* **Required action**
From the entries below, tally how many lines contain "LongName" and report only that figure.

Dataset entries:
----------------

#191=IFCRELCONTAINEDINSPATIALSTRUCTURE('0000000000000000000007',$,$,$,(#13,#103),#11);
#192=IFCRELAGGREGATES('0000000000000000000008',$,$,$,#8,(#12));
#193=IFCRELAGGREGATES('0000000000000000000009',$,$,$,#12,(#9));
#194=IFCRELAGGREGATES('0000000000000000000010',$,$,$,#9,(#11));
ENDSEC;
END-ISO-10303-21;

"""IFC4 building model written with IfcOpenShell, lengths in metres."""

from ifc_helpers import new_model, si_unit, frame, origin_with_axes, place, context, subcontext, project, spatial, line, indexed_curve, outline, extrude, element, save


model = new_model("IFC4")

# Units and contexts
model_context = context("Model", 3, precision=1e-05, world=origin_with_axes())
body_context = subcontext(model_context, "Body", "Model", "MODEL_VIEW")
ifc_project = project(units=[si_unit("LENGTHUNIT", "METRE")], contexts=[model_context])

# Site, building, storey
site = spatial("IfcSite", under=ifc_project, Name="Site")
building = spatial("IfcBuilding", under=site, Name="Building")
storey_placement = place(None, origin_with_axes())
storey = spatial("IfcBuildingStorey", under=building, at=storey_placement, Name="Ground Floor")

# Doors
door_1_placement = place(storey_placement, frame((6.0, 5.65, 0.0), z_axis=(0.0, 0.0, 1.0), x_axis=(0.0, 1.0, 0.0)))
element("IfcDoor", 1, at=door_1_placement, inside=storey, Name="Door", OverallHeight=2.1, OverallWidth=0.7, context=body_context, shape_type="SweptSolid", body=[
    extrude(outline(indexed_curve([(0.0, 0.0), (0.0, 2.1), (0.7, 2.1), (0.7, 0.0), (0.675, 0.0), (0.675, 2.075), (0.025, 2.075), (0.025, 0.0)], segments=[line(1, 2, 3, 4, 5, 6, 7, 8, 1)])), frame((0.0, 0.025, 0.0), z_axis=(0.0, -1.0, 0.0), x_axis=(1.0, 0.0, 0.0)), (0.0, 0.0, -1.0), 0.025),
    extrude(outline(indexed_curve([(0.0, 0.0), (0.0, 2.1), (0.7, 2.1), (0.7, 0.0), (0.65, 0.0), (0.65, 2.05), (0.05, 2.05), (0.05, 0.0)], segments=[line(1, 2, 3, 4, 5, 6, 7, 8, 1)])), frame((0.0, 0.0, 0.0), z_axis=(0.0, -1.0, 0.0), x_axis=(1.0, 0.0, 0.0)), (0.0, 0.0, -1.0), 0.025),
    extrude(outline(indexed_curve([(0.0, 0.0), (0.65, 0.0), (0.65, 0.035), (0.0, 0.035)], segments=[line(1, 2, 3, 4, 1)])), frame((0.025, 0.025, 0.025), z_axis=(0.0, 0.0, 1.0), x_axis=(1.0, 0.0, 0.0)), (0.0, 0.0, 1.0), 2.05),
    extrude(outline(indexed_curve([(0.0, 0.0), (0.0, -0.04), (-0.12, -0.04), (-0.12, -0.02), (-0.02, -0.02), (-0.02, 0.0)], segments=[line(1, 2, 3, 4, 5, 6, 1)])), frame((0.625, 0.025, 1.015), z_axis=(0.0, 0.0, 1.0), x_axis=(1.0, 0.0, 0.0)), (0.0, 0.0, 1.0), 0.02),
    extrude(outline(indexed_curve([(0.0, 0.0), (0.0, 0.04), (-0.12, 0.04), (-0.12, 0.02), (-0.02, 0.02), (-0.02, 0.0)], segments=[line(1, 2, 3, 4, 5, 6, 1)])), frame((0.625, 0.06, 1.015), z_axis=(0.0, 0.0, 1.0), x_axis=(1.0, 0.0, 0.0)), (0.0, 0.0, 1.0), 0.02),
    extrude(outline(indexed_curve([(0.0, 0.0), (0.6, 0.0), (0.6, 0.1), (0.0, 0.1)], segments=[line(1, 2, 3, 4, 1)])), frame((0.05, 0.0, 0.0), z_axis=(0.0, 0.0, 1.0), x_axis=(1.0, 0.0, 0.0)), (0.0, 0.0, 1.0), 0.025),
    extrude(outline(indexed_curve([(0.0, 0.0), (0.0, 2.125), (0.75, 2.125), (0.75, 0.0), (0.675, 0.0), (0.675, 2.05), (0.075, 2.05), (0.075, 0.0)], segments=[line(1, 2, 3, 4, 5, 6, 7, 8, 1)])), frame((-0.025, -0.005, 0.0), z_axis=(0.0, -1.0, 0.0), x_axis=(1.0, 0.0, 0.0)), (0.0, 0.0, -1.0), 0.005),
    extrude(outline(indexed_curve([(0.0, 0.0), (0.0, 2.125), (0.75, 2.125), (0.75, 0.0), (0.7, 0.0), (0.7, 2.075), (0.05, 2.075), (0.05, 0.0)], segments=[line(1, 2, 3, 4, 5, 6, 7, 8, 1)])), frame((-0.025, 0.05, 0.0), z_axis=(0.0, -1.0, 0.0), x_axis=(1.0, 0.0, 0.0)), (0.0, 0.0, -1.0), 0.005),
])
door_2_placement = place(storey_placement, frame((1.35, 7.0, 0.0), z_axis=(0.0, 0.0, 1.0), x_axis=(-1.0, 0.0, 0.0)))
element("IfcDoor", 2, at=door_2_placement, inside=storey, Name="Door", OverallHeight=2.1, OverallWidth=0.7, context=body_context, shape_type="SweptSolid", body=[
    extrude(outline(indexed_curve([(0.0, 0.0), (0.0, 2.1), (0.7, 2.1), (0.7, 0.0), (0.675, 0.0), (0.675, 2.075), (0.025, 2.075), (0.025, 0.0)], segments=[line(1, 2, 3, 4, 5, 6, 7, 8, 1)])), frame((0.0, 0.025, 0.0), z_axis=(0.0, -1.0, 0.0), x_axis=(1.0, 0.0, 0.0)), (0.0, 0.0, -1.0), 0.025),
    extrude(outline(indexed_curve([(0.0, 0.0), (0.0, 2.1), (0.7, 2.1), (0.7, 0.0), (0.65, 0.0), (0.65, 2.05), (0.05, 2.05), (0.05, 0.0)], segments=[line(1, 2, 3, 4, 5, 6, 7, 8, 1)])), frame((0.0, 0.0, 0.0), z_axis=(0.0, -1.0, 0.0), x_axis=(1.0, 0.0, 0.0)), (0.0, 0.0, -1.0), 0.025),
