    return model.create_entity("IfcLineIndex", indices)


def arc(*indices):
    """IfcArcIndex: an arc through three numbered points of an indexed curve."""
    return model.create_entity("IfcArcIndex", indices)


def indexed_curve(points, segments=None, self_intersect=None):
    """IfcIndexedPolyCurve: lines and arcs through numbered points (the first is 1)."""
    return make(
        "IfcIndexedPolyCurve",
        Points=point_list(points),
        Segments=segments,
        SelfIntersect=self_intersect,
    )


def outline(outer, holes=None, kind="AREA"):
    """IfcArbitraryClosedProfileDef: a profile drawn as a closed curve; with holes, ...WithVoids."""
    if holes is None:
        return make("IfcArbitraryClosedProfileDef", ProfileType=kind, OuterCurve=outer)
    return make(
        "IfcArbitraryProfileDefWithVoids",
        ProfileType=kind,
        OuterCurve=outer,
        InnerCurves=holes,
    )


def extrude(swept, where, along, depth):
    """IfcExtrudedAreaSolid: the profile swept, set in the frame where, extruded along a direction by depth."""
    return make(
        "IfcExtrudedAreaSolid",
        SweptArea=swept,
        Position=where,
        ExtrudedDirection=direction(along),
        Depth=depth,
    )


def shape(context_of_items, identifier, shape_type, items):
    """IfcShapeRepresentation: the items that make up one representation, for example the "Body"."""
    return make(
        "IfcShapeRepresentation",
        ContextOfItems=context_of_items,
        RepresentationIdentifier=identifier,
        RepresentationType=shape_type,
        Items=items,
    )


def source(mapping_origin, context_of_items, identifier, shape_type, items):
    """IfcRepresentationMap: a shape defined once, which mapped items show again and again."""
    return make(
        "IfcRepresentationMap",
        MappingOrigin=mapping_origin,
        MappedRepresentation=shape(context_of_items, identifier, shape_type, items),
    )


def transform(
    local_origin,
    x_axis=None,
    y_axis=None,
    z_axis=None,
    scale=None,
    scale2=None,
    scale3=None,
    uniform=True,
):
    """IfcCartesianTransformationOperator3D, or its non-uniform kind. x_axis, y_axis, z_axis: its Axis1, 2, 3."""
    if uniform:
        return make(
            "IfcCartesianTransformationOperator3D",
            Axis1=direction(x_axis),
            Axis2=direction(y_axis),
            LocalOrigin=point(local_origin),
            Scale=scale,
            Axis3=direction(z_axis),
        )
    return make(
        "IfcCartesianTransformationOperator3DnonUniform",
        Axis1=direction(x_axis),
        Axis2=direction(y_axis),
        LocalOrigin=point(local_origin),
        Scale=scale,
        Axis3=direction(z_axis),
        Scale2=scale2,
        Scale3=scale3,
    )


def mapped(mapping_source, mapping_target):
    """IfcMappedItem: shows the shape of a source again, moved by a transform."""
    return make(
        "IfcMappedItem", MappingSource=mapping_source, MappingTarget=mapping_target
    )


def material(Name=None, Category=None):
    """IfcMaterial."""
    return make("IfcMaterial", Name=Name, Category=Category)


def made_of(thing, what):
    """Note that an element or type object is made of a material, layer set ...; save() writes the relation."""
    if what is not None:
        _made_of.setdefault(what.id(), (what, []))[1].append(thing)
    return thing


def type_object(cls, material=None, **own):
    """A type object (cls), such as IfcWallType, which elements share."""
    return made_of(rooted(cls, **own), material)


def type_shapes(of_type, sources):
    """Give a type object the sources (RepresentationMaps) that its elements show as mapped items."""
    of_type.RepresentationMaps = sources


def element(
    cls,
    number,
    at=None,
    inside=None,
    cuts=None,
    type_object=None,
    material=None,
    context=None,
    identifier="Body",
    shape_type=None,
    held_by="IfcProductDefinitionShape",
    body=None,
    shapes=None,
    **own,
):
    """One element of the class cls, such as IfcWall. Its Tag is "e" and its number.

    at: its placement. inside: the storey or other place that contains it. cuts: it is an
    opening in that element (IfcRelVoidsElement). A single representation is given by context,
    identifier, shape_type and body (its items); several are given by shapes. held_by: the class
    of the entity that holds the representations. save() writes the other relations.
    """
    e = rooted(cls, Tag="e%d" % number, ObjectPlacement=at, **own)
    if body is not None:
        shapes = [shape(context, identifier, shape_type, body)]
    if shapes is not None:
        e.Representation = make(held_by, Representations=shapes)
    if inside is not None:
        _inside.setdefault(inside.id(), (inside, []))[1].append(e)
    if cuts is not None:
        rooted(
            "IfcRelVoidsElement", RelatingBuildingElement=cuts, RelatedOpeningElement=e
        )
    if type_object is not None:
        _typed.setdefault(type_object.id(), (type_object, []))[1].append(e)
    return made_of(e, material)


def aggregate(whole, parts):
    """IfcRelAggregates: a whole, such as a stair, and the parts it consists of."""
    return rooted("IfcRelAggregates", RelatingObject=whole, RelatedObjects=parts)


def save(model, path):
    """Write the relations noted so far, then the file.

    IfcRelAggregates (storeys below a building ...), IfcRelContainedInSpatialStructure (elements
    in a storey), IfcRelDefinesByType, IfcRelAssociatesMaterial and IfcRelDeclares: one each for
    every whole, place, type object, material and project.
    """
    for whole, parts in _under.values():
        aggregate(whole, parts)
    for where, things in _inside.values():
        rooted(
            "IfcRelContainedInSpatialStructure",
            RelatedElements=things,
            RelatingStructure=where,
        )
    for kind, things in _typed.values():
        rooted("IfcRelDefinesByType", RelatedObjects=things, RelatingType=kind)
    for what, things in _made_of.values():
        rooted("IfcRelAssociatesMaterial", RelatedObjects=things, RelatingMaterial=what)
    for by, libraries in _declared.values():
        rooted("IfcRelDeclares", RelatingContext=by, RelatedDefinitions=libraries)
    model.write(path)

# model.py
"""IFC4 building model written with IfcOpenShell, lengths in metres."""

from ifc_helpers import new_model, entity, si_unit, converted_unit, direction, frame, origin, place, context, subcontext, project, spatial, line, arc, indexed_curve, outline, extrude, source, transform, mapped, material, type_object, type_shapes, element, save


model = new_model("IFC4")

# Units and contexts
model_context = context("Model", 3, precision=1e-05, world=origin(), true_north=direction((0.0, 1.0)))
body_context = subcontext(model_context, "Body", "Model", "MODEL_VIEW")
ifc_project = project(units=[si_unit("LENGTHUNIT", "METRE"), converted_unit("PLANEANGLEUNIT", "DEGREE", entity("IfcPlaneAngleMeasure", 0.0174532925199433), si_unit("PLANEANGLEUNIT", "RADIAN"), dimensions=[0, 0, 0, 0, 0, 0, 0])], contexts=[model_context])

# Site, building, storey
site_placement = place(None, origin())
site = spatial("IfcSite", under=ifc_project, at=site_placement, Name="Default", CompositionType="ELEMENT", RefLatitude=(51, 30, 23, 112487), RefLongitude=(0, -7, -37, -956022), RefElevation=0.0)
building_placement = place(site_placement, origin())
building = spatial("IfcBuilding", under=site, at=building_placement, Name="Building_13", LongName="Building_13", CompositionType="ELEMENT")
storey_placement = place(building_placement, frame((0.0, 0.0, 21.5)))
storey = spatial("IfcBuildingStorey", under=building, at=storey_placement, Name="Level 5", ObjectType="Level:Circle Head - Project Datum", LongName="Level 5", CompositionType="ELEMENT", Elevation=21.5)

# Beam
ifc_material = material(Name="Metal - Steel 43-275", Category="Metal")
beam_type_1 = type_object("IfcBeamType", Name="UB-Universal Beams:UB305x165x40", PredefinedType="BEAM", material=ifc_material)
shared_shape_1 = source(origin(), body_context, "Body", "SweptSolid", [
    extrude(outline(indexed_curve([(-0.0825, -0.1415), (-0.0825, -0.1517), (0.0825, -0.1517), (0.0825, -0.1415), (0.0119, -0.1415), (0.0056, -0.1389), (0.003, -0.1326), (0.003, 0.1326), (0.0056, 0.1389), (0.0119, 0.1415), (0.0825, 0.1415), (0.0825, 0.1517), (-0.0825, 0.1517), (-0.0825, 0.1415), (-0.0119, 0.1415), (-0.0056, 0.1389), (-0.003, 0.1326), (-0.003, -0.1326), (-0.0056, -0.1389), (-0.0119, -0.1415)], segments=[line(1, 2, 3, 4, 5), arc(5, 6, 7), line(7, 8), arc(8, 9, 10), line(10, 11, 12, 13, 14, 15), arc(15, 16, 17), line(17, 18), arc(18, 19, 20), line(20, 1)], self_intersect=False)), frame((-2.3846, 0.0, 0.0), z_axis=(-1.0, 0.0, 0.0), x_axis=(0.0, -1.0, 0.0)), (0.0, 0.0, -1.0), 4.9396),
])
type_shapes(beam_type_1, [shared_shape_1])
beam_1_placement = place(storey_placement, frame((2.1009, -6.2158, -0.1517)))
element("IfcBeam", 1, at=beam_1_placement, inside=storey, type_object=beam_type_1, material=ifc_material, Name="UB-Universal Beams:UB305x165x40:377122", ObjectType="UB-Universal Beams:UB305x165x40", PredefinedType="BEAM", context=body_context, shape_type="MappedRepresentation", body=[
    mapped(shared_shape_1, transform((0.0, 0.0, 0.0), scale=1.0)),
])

----------------

* **Task output**
2